Stored dataset items:

=-=-=

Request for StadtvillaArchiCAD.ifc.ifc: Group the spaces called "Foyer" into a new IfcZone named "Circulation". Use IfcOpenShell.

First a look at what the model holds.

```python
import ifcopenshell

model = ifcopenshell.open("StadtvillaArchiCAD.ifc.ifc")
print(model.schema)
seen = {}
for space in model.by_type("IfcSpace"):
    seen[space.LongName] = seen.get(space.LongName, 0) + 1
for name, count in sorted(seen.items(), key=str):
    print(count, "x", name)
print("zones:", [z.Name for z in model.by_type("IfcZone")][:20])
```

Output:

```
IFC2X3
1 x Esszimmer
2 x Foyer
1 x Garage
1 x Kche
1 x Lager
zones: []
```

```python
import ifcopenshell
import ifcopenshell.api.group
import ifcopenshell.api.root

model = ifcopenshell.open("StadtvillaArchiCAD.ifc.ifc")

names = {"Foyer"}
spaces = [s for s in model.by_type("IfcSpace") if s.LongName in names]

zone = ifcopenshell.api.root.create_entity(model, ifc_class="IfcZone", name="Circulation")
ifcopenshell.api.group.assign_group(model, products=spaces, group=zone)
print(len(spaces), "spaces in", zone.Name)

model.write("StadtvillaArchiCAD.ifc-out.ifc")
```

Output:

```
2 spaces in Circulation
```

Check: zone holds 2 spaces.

=-=-=

Each entry above must be set down again without alteration.

▶ **SOLUTION TO THIS TASK**:
Request for StadtvillaArchiCAD.ifc.ifc: Group the spaces called "Foyer" into a new IfcZone named "Circulation". Use IfcOpenShell.

First a look at what the model holds.

```python
import ifcopenshell

model = ifcopenshell.open("StadtvillaArchiCAD.ifc.ifc")
print(model.schema)
seen = {}
for space in model.by_type("IfcSpace"):
    seen[space.LongName] = seen.get(space.LongName, 0) + 1
for name, count in sorted(seen.items(), key=str):
    print(count, "x", name)
print("zones:", [z.Name for z in model.by_type("IfcZone")][:20])
```

Output:

```
IFC2X3
1 x Esszimmer
2 x Foyer
1 x Garage
1 x Kche
1 x Lager
zones: []
```

```python
import ifcopenshell
import ifcopenshell.api.group
import ifcopenshell.api.root

model = ifcopenshell.open("StadtvillaArchiCAD.ifc.ifc")

names = {"Foyer"}
spaces = [s for s in model.by_type("IfcSpace") if s.LongName in names]

zone = ifcopenshell.api.root.create_entity(model, ifc_class="IfcZone", name="Circulation")
ifcopenshell.api.group.assign_group(model, products=spaces, group=zone)
print(len(spaces), "spaces in", zone.Name)

model.write("StadtvillaArchiCAD.ifc-out.ifc")
```

Output:

```
2 spaces in Circulation
```

Check: zone holds 2 spaces.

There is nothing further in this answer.